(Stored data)

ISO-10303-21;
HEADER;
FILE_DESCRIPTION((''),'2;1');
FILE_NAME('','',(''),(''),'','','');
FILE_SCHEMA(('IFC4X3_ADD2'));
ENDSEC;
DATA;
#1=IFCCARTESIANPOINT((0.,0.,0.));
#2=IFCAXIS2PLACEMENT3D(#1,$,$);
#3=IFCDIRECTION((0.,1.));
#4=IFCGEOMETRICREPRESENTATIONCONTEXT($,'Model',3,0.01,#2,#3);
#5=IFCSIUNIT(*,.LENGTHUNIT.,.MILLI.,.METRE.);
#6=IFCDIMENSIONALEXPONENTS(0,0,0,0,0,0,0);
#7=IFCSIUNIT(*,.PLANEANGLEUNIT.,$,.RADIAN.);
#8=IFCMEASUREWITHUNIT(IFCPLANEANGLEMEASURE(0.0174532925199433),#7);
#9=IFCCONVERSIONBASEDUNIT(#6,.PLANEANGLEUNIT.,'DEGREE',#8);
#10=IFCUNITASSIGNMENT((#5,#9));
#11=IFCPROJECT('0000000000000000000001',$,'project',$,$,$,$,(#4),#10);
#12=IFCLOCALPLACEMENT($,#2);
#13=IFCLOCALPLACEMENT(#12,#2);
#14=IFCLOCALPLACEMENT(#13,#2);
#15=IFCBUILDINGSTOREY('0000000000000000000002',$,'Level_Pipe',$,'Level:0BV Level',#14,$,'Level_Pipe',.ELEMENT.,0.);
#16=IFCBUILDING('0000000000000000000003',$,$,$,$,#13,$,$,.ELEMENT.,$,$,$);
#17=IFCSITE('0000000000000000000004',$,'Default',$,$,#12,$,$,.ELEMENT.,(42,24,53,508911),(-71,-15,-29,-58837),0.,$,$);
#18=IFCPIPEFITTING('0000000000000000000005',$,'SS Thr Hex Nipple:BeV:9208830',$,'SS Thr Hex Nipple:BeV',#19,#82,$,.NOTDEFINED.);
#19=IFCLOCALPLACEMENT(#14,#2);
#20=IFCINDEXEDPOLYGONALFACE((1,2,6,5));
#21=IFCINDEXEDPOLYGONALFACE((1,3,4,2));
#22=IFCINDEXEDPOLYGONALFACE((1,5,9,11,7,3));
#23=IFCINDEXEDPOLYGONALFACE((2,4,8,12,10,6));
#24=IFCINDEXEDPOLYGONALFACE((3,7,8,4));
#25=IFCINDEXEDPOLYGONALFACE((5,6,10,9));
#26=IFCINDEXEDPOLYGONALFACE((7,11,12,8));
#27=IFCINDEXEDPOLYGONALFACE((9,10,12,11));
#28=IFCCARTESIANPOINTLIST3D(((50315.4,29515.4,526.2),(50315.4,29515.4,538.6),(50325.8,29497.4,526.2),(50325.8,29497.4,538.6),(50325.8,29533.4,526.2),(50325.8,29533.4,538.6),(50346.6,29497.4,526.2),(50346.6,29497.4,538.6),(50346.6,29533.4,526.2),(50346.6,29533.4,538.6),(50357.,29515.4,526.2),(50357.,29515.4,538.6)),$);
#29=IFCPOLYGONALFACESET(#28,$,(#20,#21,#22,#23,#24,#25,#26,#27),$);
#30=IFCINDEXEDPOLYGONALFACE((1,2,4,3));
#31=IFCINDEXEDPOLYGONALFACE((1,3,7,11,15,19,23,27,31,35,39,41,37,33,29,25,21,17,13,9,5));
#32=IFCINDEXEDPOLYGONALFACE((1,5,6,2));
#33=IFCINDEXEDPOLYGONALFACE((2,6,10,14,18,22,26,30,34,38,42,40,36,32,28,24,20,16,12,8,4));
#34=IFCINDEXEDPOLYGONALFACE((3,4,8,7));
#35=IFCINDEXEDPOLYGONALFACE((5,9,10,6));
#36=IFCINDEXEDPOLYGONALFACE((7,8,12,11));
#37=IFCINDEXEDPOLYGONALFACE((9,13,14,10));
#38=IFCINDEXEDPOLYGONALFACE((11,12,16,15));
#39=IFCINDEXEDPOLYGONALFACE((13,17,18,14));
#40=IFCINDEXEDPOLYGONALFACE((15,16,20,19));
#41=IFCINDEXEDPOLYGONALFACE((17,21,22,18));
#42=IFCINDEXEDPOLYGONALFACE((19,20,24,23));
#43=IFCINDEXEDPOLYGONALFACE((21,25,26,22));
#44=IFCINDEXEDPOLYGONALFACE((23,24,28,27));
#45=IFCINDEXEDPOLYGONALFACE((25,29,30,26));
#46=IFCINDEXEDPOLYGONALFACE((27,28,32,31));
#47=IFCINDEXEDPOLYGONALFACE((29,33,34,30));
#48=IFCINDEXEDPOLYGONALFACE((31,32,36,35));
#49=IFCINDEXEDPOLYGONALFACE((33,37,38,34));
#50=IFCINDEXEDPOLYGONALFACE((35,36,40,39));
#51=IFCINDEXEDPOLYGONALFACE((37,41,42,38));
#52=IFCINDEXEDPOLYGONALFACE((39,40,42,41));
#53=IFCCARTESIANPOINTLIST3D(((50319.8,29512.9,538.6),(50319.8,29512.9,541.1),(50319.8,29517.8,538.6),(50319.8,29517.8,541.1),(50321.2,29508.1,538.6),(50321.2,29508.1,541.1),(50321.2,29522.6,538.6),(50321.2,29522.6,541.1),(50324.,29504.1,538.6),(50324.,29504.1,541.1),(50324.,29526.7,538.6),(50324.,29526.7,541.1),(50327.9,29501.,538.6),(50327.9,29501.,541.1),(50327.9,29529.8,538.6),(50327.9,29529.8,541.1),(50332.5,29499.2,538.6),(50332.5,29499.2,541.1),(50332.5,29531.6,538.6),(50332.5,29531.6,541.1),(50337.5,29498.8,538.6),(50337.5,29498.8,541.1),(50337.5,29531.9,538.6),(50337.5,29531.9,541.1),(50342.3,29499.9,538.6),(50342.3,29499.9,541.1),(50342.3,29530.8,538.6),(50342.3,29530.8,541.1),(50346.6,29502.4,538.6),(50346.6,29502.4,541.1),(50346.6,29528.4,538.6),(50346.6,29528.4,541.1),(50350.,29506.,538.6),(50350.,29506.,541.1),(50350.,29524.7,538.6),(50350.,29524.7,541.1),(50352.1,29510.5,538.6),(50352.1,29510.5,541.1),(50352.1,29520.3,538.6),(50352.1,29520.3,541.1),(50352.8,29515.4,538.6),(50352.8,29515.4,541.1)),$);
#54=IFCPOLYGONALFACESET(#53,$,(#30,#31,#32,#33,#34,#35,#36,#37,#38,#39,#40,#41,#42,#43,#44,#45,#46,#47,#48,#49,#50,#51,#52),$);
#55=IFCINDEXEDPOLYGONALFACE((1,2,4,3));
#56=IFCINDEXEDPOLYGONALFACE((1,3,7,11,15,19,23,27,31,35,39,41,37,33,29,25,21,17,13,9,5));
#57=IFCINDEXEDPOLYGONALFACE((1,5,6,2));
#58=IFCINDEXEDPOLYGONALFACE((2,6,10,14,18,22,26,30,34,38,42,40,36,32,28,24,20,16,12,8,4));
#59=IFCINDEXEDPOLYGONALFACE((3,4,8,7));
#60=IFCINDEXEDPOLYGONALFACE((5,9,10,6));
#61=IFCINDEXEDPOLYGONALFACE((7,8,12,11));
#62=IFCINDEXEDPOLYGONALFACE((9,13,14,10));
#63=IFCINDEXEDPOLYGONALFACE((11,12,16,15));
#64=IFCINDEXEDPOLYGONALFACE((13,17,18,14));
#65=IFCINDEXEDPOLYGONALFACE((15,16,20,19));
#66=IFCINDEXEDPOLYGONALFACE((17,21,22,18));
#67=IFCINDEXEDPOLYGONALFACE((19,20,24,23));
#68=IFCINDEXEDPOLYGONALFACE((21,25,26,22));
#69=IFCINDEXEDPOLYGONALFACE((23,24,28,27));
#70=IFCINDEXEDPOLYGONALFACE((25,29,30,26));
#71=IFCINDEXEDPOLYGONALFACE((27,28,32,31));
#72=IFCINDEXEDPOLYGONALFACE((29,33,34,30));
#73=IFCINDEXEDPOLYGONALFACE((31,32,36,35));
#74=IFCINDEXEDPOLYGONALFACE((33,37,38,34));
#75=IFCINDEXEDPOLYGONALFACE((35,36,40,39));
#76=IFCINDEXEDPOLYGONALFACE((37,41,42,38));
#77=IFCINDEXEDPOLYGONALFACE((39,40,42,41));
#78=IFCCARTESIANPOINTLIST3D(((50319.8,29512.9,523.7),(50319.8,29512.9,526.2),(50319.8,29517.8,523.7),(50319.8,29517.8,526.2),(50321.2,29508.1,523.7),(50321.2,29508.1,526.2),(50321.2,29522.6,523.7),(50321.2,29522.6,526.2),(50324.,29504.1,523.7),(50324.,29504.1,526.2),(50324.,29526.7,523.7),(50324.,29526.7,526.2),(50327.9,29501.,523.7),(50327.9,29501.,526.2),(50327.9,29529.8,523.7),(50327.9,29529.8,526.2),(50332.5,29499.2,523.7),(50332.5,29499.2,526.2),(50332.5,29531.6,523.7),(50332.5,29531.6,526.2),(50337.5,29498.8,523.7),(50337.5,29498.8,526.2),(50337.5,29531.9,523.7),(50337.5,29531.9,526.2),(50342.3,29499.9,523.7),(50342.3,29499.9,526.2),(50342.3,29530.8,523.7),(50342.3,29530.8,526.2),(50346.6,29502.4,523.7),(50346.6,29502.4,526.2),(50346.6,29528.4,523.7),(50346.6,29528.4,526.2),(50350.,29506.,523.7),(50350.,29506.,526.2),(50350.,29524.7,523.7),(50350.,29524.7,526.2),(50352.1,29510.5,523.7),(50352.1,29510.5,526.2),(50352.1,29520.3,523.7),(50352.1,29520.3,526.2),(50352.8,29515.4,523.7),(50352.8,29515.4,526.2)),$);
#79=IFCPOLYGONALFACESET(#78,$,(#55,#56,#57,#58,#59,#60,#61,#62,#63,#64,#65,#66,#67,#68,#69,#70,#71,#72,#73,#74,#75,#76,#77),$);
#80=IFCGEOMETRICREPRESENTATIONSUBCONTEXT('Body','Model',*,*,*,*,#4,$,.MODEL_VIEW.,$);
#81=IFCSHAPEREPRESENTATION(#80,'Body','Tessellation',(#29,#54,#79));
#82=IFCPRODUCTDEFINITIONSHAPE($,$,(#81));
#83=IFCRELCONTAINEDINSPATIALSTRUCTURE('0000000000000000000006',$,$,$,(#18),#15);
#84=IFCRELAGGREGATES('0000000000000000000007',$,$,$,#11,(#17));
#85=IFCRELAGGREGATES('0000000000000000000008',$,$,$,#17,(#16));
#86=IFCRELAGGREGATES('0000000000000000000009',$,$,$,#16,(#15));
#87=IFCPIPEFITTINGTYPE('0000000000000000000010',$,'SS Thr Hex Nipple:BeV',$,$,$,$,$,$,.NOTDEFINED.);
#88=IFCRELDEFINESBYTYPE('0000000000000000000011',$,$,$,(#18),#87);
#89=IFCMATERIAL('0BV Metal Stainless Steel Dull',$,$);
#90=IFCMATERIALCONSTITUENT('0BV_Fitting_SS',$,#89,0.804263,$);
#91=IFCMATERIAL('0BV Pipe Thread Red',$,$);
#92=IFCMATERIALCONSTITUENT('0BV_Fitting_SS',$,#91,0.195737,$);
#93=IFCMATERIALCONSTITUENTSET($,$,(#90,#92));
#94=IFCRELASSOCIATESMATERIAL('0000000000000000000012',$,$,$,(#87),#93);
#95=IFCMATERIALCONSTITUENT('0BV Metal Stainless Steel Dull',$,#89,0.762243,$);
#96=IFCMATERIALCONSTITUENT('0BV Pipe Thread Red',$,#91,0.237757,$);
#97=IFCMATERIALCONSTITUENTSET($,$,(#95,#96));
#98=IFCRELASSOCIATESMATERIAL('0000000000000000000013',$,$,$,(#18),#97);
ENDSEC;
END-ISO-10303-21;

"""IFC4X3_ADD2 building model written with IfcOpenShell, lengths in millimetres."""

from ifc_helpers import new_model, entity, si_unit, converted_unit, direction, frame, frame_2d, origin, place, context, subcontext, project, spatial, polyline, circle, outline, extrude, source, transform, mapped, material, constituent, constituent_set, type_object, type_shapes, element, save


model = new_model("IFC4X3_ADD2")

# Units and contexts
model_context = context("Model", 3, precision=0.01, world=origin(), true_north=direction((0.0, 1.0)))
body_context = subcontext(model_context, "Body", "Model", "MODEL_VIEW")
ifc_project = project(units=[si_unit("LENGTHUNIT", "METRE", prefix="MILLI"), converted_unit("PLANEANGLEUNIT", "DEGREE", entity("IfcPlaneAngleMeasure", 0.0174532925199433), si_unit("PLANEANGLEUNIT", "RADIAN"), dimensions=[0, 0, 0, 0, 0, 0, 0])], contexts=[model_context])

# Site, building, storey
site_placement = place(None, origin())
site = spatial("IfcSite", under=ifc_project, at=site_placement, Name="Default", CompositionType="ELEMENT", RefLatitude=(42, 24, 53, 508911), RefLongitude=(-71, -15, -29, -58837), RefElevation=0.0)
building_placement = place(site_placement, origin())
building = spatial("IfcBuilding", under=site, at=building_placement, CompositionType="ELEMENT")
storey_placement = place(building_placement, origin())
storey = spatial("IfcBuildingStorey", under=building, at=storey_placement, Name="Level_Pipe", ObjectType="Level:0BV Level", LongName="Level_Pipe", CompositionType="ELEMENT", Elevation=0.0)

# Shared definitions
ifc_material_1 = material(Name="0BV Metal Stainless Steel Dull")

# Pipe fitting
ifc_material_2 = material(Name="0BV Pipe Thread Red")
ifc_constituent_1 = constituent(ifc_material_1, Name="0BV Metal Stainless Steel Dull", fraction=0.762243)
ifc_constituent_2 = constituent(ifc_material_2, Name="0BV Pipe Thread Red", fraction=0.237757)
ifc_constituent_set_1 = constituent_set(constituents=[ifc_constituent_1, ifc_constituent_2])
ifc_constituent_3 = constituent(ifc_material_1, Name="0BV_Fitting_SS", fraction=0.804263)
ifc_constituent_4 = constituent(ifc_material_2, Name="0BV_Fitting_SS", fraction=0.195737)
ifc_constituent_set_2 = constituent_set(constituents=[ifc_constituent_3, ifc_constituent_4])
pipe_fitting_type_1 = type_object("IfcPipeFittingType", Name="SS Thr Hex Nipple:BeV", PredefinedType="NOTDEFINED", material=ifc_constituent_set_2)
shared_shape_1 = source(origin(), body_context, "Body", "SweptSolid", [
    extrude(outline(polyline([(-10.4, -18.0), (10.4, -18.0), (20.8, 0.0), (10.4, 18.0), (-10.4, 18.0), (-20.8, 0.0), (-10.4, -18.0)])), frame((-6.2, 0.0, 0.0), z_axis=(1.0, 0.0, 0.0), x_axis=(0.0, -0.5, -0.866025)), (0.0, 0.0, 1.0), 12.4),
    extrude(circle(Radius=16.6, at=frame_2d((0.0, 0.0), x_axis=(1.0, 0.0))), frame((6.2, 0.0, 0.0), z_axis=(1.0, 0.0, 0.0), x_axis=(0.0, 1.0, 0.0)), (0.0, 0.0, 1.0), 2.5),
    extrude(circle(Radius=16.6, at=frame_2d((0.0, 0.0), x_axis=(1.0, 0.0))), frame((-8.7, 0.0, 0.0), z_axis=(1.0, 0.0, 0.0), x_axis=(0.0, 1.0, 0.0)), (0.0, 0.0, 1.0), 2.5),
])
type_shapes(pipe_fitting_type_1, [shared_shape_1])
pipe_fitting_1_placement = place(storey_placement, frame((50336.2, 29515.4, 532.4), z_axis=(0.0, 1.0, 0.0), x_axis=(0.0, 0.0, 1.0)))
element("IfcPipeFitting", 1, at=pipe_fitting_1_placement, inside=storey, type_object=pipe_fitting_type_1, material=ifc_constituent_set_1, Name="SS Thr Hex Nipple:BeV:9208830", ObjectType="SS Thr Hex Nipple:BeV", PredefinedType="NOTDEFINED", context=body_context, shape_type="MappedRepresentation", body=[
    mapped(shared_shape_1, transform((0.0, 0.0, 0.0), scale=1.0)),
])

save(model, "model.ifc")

> **WORK TO COMPLETE**:
Lines after the one containing "#14=IFCLOCALPLACEMENT(#13,#2);" are not part of the task. Output the entries exactly from their first line through that one.

> **SOLUTION**:
ISO-10303-21;
HEADER;
FILE_DESCRIPTION((''),'2;1');
FILE_NAME('','',(''),(''),'','','');
FILE_SCHEMA(('IFC4X3_ADD2'));
ENDSEC;
DATA;
#1=IFCCARTESIANPOINT((0.,0.,0.));
#2=IFCAXIS2PLACEMENT3D(#1,$,$);
#3=IFCDIRECTION((0.,1.));
#4=IFCGEOMETRICREPRESENTATIONCONTEXT($,'Model',3,0.01,#2,#3);
#5=IFCSIUNIT(*,.LENGTHUNIT.,.MILLI.,.METRE.);
#6=IFCDIMENSIONALEXPONENTS(0,0,0,0,0,0,0);
#7=IFCSIUNIT(*,.PLANEANGLEUNIT.,$,.RADIAN.);
#8=IFCMEASUREWITHUNIT(IFCPLANEANGLEMEASURE(0.0174532925199433),#7);
#9=IFCCONVERSIONBASEDUNIT(#6,.PLANEANGLEUNIT.,'DEGREE',#8);
#10=IFCUNITASSIGNMENT((#5,#9));
#11=IFCPROJECT('0000000000000000000001',$,'project',$,$,$,$,(#4),#10);
#12=IFCLOCALPLACEMENT($,#2);
#13=IFCLOCALPLACEMENT(#12,#2);
#14=IFCLOCALPLACEMENT(#13,#2);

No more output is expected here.